Within the records below, reproduce without change the lines from the line that has "#118=IFCINDEXEDPOLYGONALFACE((1,5,6,2));" through the line that has "#125=IFCPRODUCTDEFINITIONSHAPE($,$,(#124));", and only those.
··· AVAILABLE DATA ···
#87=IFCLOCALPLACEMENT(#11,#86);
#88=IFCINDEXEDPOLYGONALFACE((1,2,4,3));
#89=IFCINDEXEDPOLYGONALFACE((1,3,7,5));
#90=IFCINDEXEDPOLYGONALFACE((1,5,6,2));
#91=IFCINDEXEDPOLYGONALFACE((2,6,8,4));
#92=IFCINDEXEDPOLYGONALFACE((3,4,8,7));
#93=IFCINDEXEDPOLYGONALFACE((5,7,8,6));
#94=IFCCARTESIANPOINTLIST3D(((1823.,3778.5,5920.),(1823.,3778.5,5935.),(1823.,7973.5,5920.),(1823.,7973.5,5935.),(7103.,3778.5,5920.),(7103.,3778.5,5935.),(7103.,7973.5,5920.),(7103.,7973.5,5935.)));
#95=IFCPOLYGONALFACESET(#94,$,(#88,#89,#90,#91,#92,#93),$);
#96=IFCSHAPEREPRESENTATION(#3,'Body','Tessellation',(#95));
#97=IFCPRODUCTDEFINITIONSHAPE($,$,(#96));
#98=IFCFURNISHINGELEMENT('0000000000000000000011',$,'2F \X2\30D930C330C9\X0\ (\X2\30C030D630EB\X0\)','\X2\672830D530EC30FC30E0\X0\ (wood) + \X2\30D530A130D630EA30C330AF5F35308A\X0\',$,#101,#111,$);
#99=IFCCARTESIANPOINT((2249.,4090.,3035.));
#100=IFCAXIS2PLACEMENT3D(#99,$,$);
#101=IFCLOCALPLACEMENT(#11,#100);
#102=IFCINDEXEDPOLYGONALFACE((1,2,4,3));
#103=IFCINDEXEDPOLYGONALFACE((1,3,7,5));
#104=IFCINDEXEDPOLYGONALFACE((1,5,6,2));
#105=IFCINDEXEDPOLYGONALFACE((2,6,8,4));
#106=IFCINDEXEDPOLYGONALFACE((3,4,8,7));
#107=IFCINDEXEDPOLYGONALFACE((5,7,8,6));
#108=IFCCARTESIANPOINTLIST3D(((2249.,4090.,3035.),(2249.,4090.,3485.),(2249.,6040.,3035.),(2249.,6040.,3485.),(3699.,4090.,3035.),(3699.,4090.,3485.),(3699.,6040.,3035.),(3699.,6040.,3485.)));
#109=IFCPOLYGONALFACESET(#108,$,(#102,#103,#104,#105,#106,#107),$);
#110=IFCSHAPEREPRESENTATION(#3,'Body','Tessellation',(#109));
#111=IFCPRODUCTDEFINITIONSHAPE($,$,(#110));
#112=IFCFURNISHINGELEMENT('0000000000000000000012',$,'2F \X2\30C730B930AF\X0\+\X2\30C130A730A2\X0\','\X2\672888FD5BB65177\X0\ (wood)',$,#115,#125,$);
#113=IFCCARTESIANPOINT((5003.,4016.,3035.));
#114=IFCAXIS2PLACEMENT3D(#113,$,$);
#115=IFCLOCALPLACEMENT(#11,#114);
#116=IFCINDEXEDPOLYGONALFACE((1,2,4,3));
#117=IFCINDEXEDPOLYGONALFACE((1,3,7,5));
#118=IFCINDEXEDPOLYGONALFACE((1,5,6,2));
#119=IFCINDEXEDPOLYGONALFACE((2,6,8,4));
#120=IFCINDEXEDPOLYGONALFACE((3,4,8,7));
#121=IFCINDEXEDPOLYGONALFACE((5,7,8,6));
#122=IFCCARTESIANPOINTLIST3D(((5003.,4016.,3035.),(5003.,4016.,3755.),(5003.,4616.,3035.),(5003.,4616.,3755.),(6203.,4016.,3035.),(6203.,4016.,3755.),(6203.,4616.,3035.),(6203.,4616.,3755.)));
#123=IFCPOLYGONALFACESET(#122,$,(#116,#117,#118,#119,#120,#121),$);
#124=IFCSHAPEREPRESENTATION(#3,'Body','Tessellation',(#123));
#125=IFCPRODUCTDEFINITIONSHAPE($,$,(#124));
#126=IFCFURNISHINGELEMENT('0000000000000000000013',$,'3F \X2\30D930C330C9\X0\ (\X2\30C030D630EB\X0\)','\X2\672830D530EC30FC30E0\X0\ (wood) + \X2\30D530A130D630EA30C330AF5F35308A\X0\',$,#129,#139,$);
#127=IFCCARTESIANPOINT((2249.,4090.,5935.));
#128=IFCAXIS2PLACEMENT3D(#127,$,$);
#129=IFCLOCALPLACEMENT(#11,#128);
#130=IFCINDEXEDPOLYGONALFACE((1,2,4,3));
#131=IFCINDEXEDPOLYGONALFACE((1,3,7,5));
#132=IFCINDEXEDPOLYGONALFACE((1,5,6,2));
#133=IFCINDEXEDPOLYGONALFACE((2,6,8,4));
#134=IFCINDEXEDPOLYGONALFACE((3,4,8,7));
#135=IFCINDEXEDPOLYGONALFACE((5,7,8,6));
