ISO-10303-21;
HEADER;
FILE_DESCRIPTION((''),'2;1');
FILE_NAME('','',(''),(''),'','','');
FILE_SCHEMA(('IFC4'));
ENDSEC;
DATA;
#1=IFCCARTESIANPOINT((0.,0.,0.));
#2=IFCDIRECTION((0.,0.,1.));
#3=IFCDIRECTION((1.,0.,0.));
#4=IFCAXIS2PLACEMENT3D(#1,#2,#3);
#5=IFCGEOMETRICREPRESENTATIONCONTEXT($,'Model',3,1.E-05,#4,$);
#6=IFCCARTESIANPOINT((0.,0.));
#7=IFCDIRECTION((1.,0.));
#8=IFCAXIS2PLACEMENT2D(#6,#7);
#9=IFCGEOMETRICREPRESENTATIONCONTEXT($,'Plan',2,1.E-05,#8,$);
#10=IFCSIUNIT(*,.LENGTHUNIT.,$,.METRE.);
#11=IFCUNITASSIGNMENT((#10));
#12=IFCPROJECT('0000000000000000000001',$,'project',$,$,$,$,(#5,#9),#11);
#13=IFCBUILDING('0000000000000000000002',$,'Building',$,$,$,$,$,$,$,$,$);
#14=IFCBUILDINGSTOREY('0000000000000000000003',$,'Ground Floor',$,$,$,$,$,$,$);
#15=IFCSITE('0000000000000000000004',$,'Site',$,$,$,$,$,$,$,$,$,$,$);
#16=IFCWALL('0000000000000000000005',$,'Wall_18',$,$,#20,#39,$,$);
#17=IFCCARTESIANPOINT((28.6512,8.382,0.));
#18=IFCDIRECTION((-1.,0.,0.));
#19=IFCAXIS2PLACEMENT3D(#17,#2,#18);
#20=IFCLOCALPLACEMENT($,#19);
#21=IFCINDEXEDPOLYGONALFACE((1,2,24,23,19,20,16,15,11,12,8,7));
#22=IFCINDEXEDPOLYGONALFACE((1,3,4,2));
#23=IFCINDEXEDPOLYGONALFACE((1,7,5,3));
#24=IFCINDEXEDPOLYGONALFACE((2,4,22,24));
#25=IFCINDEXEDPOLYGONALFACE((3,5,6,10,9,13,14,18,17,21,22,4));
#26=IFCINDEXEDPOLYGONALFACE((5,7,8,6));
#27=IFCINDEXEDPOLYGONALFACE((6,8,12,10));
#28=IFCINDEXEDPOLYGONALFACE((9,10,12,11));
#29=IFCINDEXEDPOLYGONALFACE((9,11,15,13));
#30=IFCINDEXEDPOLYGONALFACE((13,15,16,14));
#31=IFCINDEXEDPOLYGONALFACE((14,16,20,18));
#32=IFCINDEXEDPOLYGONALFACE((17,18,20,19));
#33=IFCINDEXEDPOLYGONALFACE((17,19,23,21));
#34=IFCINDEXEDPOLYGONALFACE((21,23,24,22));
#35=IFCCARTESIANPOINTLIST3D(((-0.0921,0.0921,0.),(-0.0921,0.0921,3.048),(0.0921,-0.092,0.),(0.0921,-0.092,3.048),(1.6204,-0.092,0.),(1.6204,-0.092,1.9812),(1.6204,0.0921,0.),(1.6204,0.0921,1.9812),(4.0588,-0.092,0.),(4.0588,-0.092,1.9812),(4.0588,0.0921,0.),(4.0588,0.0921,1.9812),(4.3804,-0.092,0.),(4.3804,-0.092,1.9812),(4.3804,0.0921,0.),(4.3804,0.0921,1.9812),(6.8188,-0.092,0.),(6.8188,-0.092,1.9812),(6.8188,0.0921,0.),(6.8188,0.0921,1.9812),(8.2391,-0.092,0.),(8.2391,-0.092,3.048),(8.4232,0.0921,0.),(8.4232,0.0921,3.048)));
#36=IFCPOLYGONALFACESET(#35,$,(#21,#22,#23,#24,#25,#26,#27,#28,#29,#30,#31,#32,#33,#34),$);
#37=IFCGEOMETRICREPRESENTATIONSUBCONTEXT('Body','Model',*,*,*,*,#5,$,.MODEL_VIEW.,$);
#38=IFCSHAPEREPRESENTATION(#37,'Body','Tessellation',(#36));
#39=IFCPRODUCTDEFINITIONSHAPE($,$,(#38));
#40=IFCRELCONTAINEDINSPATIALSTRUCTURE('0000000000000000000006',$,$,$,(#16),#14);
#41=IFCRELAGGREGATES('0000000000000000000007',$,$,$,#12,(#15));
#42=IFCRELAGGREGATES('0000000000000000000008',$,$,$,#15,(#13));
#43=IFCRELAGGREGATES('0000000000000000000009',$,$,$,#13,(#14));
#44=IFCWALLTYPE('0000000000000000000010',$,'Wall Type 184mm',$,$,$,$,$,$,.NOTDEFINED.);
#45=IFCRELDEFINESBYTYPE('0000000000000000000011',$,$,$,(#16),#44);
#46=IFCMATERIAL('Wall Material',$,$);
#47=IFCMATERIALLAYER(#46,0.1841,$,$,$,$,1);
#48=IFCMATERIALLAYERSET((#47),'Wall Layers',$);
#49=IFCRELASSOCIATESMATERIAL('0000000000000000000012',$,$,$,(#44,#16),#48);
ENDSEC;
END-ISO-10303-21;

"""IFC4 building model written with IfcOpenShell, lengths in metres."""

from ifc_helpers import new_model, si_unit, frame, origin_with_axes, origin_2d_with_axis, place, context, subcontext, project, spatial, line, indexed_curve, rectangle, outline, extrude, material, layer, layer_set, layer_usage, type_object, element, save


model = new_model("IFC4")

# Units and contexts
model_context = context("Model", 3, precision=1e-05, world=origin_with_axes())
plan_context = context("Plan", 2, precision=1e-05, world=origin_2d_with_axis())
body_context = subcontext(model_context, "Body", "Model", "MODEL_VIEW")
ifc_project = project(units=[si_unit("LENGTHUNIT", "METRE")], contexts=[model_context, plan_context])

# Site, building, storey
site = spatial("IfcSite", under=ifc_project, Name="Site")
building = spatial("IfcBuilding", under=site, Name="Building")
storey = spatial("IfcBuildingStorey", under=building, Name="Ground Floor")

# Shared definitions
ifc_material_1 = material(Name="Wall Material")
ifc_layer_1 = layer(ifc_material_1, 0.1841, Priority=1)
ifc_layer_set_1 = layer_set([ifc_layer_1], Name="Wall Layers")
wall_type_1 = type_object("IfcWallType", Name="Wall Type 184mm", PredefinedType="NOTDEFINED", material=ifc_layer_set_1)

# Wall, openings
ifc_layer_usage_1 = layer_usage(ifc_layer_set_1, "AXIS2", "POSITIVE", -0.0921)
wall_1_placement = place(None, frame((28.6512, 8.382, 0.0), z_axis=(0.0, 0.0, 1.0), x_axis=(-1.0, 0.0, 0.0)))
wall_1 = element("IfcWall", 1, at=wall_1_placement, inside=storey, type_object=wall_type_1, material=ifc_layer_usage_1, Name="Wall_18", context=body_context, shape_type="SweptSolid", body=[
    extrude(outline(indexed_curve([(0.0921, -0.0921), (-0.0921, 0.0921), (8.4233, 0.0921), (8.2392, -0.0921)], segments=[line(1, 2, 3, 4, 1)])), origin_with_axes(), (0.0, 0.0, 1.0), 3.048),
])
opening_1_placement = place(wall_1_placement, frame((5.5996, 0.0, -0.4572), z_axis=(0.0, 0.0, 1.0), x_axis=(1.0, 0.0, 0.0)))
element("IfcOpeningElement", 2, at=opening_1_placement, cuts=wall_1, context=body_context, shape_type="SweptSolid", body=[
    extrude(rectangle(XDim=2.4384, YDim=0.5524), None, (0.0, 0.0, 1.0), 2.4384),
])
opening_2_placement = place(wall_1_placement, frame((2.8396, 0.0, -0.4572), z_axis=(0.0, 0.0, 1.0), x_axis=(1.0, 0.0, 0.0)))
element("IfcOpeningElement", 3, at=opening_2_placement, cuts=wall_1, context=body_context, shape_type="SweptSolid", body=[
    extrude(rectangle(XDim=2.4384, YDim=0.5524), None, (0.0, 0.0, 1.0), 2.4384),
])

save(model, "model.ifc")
···
- [ANSWER SPACE]:
#118=IFCINDEXEDPOLYGONALFACE((1,5,6,2));
#119=IFCINDEXEDPOLYGONALFACE((2,6,8,4));
#120=IFCINDEXEDPOLYGONALFACE((3,4,8,7));
#121=IFCINDEXEDPOLYGONALFACE((5,7,8,6));
#122=IFCCARTESIANPOINTLIST3D(((5003.,4016.,3035.),(5003.,4016.,3755.),(5003.,4616.,3035.),(5003.,4616.,3755.),(6203.,4016.,3035.),(6203.,4016.,3755.),(6203.,4616.,3035.),(6203.,4616.,3755.)));
#123=IFCPOLYGONALFACESET(#122,$,(#116,#117,#118,#119,#120,#121),$);
#124=IFCSHAPEREPRESENTATION(#3,'Body','Tessellation',(#123));
#125=IFCPRODUCTDEFINITIONSHAPE($,$,(#124));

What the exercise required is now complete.